Bülbül Mehmet Akif, Işık Mehmet Fatih
Department of Software Engineering, Kayseri University, Kayseri 38280, Turkey.
Department of Electrical-Electronics Engineering, Hitit University, Çorum 19030, Turkey.
Biomimetics (Basel). 2024 May 19;9(5):304. doi: 10.3390/biomimetics9050304.
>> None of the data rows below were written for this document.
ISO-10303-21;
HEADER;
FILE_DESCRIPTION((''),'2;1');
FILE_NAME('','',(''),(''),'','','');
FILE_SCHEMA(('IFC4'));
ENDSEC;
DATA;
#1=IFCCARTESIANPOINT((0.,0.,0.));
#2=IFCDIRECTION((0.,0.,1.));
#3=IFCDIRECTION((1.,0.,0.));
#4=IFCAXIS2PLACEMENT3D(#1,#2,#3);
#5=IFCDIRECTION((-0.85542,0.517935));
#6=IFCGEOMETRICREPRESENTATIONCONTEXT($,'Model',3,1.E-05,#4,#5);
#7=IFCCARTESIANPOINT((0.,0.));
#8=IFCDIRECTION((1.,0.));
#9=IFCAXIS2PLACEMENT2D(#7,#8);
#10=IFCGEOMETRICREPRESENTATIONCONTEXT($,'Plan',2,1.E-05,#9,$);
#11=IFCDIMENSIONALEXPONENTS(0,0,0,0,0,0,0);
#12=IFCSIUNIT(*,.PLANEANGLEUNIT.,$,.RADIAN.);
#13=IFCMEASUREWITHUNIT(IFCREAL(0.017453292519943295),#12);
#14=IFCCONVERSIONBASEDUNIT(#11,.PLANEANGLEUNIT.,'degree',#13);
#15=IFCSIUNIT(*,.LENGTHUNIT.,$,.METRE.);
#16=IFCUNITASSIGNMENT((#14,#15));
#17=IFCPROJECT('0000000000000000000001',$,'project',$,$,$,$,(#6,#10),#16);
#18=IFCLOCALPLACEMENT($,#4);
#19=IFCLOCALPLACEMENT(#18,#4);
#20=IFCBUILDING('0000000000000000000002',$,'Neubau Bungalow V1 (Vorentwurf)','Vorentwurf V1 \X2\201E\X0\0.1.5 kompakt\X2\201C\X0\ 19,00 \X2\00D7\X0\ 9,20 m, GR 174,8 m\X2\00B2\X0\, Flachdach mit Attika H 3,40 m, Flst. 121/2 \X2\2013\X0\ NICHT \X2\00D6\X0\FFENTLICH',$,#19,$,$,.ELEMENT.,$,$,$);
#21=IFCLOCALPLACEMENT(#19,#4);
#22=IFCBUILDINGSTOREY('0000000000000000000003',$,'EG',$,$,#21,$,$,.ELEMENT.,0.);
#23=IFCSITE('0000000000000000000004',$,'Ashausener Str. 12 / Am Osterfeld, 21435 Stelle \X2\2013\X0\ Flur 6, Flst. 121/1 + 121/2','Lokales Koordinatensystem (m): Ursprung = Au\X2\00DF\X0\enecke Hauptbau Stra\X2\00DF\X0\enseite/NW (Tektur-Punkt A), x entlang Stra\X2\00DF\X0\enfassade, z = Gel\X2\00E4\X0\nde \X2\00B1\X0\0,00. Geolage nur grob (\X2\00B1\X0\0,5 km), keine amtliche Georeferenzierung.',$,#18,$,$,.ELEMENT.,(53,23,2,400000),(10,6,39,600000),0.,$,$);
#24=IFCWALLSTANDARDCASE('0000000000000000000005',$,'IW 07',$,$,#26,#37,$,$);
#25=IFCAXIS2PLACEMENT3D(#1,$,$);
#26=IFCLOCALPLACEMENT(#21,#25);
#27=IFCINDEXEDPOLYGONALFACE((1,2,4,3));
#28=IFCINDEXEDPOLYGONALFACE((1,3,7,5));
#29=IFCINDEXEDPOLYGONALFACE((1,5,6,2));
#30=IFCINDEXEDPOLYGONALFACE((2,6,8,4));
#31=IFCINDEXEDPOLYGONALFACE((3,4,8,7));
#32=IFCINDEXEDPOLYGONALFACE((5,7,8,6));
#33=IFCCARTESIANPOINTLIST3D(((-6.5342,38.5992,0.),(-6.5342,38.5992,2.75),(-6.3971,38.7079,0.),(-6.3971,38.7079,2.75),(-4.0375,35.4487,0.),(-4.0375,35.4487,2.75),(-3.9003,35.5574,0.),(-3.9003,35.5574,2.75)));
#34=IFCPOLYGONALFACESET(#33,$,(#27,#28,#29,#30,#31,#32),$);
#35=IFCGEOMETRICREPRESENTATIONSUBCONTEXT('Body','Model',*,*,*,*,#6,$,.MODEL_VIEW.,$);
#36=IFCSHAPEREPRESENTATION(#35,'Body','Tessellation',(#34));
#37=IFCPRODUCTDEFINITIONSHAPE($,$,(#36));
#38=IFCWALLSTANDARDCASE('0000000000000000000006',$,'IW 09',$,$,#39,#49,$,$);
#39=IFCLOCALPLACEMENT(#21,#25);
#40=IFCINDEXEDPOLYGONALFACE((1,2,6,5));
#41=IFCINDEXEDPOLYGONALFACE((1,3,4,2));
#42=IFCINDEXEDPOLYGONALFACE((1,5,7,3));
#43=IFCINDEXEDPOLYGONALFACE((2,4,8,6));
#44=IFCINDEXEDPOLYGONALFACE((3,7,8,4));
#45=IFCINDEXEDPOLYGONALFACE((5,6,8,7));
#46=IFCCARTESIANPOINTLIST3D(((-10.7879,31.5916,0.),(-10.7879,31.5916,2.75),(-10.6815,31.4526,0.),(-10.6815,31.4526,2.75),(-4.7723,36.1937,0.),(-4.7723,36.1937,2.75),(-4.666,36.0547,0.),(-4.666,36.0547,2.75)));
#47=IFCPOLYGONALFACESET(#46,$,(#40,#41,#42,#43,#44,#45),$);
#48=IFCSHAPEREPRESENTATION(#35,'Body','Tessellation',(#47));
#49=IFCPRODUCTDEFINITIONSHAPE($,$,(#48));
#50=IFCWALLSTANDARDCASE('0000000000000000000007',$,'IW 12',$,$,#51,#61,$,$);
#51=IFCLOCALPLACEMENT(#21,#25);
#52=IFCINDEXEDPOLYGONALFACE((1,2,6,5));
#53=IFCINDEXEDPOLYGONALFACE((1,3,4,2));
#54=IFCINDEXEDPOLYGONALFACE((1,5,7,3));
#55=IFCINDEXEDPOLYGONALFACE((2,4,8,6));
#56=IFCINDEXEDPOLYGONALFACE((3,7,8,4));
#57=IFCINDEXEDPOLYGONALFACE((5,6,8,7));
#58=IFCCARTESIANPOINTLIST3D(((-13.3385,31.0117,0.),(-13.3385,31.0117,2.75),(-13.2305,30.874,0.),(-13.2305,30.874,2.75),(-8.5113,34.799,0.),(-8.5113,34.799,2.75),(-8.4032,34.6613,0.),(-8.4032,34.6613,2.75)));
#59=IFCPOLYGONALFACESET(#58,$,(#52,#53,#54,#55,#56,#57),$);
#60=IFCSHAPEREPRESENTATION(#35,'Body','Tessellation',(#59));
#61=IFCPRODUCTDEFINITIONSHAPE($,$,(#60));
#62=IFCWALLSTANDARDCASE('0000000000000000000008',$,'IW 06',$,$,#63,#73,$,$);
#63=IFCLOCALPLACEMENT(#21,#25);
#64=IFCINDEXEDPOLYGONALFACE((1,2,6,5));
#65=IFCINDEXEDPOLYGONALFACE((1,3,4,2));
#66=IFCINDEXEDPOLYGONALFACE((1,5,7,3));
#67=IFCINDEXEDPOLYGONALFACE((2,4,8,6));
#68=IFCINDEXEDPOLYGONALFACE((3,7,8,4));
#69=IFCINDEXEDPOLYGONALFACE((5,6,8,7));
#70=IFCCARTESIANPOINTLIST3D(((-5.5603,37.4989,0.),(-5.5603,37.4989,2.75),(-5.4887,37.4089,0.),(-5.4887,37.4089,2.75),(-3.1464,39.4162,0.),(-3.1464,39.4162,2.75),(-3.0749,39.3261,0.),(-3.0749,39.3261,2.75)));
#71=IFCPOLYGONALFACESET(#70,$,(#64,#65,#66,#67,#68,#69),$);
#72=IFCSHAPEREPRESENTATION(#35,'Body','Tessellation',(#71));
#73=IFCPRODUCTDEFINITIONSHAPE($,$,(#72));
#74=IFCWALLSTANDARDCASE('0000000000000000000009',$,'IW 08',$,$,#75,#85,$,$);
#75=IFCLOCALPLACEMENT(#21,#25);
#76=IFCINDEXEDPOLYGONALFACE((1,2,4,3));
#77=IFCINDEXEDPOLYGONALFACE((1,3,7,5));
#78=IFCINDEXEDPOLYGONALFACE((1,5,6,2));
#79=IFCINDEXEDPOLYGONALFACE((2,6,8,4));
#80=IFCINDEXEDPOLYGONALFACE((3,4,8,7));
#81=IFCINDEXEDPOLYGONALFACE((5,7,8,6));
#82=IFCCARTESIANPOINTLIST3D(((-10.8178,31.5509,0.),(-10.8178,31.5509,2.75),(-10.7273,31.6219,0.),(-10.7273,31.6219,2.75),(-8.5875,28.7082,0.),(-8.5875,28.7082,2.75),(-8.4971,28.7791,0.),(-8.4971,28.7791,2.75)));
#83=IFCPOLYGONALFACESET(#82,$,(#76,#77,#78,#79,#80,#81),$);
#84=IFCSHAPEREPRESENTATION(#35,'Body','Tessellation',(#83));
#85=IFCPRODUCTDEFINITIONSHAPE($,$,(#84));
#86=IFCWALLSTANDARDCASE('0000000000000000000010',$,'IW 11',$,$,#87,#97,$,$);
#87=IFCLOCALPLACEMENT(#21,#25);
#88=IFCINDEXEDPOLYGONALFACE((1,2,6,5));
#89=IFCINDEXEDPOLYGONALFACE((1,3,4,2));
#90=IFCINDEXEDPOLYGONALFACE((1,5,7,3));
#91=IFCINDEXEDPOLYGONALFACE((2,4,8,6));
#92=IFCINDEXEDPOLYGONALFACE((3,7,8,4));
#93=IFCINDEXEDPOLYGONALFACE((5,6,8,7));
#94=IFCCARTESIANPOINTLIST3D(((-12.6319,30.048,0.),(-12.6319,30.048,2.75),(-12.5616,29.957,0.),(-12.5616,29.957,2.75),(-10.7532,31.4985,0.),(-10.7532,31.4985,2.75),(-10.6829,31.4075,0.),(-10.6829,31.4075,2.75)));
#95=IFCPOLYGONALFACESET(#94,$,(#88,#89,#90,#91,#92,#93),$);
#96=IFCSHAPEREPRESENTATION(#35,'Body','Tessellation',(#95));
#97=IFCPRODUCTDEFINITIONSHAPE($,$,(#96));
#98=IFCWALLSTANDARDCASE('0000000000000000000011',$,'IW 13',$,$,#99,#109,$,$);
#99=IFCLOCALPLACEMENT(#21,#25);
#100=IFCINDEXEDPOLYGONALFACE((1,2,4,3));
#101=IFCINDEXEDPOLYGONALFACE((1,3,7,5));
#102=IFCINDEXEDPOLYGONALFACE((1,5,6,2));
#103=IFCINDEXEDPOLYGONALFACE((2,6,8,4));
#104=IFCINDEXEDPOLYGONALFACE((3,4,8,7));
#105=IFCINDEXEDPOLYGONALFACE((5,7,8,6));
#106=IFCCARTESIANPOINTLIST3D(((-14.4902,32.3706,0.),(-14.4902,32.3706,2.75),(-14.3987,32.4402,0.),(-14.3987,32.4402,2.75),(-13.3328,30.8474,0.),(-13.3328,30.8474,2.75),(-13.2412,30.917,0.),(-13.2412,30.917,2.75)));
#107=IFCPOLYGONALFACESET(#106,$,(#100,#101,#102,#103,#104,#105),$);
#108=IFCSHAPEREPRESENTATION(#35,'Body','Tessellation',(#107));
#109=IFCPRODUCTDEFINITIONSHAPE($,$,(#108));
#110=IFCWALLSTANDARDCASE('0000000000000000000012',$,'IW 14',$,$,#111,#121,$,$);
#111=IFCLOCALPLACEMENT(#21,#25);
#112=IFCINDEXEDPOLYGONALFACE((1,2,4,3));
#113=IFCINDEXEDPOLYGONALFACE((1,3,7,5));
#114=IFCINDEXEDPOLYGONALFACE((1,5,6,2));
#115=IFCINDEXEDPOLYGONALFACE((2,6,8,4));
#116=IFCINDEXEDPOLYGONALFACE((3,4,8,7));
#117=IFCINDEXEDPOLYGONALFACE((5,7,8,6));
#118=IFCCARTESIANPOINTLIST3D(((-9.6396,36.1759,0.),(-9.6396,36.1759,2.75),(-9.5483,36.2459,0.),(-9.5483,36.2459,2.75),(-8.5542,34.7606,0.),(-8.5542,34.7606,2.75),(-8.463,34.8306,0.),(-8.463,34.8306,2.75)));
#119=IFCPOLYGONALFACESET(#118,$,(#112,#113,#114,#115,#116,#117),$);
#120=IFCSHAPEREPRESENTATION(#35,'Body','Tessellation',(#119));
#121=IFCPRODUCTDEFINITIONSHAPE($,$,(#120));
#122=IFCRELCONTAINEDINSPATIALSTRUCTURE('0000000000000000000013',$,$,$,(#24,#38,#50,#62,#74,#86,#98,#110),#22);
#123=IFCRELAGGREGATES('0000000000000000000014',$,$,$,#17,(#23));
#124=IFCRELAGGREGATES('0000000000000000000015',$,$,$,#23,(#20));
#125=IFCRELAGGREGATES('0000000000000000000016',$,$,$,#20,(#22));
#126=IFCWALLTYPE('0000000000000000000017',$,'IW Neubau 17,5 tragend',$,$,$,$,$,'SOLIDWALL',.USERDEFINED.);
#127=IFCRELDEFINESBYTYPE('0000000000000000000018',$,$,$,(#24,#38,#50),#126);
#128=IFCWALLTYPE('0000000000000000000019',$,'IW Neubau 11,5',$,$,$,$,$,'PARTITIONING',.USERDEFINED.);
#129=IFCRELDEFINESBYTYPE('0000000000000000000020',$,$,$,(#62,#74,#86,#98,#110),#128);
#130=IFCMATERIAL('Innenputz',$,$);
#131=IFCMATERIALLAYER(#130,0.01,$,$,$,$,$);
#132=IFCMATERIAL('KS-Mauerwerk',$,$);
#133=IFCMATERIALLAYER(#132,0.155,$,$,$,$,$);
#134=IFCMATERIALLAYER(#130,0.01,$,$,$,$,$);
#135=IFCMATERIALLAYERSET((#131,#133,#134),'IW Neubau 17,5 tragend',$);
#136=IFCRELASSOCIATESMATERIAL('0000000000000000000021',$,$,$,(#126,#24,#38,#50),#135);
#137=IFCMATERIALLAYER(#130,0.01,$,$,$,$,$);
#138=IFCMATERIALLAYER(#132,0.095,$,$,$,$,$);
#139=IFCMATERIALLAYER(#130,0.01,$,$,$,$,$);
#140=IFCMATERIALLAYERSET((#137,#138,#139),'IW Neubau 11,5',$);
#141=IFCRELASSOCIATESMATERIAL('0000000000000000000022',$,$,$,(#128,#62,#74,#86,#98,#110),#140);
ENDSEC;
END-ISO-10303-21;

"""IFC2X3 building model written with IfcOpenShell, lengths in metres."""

from ifc_helpers import new_model, entity, si_unit, converted_unit, direction, frame, origin_with_axes, origin_2d_with_axis, place, context, subcontext, project, spatial, polyline, outline, extrude, material, layer, layer_set, layer_usage, type_object, element, save


model = new_model("IFC2X3")

# Units and contexts
model_context = context("Model", 3, precision=1e-05, world=origin_with_axes(), true_north=direction((-0.85542, 0.517935)))
plan_context = context("Plan", 2, precision=1e-05, world=origin_2d_with_axis())
body_context = subcontext(model_context, "Body", "Model", "MODEL_VIEW")
ifc_project = project(units=[converted_unit("PLANEANGLEUNIT", "degree", entity("IfcReal", 0.017453292519943295), si_unit("PLANEANGLEUNIT", "RADIAN"), dimensions=[0, 0, 0, 0, 0, 0, 0]), si_unit("LENGTHUNIT", "METRE")], contexts=[model_context, plan_context])

# Site, building, storey
site_placement = place(None, origin_with_axes())
site = spatial("IfcSite", under=ifc_project, at=site_placement, Name="Ashausener Str. 12 / Am Osterfeld, 21435 Stelle – Flur 6, Flst. 121/1 + 121/2", Description="Lokales Koordinatensystem (m): Ursprung = Außenecke Hauptbau Straßenseite/NW (Tektur-Punkt A), x entlang Straßenfassade, z = Gelände ±0,00. Geolage nur grob (±0,5 km), keine amtliche Georeferenzierung.", CompositionType="ELEMENT", RefLatitude=(53, 23, 2, 400000), RefLongitude=(10, 6, 39, 600000), RefElevation=0.0)
building_placement = place(site_placement, origin_with_axes())
building = spatial("IfcBuilding", under=site, at=building_placement, Name="Neubau Bungalow V1 (Vorentwurf)", Description="Vorentwurf V1 „0.1.5 kompakt“ 19,00 × 9,20 m, GR 174,8 m², Flachdach mit Attika H 3,40 m, Flst. 121/2 – NICHT ÖFFENTLICH", CompositionType="ELEMENT")
storey_placement = place(building_placement, origin_with_axes())
storey = spatial("IfcBuildingStorey", under=building, at=storey_placement, Name="EG", CompositionType="ELEMENT", Elevation=0.0)

# Shared definitions
ifc_material_1 = material(Name="KS-Mauerwerk")
ifc_material_2 = material(Name="Innenputz")

# Walls
ifc_layer_1 = layer(ifc_material_2, 0.01)
ifc_layer_2 = layer(ifc_material_1, 0.155)
ifc_layer_3 = layer(ifc_material_2, 0.01)
ifc_layer_set_1 = layer_set([ifc_layer_1, ifc_layer_2, ifc_layer_3], Name="IW Neubau 17,5 tragend")
ifc_layer_usage_1 = layer_usage(ifc_layer_set_1, "AXIS2", "POSITIVE", -0.0875)
wall_type_1 = type_object("IfcWallType", Name="IW Neubau 17,5 tragend", ElementType="SOLIDWALL", PredefinedType="USERDEFINED", material=ifc_layer_set_1)
wall_1_placement = place(storey_placement, frame((-6.4657, 38.6535, 0.0), z_axis=(0.0, 0.0, 1.0), x_axis=(0.621106, -0.783727, 0.0)))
The prediction of patient survival is crucial for guiding the treatment process in healthcare. Healthcare professionals rely on analyzing patients' clinical characteristics and findings to determine treatment plans, making accurate predictions essential for efficient resource utilization and optimal patient support during recovery. In this study, a hybrid architecture combining Stacked AutoEncoders, Particle Swarm Optimization, and the Softmax Classifier was developed for predicting patient survival. The architecture was evaluated using the Haberman's Survival dataset and the Echocardiogram dataset from UCI. The results were compared with several Machine Learning methods, including Decision Trees, K-Nearest Neighbors, Support Vector Machines, Neural Networks, Gradient Boosting, and Gradient Bagging applied to the same datasets. The findings indicate that the proposed architecture outperforms other Machine Learning methods in predicting patient survival for both datasets and surpasses the results reported in the literature for the Haberman's Survival dataset. In the light of the findings obtained, the models obtained with the proposed architecture can be used as a decision support system in determining patient care and applied methods.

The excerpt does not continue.